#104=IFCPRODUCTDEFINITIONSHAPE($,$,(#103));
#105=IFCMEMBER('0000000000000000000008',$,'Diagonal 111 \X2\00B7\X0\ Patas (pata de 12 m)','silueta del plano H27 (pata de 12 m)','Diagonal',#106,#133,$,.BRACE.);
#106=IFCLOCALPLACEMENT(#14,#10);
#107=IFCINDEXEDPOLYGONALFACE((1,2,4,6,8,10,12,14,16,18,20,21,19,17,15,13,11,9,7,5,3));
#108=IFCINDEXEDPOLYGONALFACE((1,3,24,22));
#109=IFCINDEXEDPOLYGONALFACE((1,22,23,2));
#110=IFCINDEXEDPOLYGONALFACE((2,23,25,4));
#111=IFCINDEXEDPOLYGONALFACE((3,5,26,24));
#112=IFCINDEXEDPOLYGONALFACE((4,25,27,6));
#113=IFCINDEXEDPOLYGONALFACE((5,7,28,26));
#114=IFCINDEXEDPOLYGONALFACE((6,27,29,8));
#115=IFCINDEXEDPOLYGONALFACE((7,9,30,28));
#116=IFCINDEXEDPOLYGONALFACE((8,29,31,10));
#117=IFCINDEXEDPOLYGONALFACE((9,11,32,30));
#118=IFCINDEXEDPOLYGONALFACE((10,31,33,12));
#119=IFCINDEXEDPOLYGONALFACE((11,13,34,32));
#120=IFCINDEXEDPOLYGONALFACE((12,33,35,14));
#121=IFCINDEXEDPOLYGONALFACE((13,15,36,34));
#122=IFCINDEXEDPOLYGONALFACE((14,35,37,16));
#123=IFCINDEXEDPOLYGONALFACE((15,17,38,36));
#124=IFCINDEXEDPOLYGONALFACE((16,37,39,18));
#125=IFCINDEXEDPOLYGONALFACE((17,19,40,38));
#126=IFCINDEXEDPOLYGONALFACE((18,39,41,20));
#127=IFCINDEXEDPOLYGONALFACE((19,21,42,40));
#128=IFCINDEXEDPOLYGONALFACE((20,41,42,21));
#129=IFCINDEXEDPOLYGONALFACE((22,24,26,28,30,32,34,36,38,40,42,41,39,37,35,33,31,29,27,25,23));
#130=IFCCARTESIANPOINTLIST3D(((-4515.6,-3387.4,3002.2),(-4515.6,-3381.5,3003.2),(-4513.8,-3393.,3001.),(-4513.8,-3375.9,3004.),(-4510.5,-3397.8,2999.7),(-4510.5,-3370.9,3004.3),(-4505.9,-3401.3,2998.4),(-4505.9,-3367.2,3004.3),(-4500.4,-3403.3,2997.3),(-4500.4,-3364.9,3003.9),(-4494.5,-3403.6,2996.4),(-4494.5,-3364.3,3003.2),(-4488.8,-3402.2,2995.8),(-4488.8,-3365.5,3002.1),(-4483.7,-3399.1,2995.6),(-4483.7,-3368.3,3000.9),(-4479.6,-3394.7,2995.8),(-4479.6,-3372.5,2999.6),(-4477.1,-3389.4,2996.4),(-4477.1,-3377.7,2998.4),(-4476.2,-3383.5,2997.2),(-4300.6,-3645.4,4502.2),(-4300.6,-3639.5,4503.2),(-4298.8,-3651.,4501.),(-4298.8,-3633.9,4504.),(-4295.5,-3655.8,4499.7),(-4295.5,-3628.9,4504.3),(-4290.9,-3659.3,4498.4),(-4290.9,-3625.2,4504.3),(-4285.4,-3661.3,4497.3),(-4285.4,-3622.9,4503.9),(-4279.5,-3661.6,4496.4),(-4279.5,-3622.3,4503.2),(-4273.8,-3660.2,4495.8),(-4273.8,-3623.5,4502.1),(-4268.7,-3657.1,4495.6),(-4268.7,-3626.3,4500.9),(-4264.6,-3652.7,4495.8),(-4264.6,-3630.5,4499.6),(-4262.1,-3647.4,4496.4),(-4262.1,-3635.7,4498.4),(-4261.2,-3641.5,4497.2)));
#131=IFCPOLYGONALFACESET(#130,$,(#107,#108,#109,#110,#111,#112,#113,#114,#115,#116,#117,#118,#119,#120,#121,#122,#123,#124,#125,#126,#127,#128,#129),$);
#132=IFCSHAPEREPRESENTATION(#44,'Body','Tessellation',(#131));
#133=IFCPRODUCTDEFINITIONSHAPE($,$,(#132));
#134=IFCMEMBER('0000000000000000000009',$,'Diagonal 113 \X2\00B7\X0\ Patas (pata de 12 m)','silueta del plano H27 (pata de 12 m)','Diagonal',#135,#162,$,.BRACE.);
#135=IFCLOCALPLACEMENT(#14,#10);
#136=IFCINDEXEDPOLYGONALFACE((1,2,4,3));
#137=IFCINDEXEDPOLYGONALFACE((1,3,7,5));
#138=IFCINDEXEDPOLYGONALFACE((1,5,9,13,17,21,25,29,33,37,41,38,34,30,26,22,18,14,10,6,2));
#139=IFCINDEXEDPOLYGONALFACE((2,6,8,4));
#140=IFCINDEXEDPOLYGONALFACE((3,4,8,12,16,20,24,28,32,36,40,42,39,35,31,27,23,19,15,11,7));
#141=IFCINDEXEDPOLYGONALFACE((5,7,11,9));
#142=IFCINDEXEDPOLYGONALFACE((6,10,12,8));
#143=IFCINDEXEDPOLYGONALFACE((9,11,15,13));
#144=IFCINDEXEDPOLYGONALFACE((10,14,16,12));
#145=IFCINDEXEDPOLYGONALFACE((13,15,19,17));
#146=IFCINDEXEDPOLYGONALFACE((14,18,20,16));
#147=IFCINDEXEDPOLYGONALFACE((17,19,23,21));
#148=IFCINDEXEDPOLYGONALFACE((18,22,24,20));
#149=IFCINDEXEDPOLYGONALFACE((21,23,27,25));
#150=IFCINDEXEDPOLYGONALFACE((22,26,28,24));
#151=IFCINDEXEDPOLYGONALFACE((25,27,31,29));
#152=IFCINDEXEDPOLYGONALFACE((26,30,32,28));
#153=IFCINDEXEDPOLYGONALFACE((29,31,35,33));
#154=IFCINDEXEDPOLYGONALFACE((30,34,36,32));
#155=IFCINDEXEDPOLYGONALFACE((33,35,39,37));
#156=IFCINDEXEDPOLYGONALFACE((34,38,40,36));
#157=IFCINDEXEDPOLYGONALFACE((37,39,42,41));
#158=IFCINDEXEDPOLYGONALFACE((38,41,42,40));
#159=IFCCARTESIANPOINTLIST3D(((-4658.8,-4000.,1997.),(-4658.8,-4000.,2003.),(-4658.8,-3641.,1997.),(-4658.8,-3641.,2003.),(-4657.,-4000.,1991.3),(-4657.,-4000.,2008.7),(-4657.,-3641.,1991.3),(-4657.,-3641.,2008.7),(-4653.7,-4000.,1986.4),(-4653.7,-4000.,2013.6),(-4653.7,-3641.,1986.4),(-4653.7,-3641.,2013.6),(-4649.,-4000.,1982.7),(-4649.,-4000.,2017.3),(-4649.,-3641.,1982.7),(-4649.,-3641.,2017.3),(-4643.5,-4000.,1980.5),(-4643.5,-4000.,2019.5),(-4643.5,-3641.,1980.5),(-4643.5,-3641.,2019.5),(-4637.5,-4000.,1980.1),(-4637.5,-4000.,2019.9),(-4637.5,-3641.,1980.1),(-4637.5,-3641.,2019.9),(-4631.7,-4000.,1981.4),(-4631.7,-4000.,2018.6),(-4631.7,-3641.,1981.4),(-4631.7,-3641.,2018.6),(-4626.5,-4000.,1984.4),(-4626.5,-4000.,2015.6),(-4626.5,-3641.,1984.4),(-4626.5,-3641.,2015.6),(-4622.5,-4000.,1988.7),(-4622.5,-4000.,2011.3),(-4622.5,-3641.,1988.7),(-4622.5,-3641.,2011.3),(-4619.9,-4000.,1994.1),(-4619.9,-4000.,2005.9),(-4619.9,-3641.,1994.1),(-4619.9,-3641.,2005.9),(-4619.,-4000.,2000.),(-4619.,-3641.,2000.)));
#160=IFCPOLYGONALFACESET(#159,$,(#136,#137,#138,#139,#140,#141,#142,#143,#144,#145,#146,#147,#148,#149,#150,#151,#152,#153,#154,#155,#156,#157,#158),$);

--------------------

_Try it:_ Count the lines of the listing that contain the word "IFCPRODUCTDEFINITIONSHAPE", and give only the number.

_Written answer:_ 2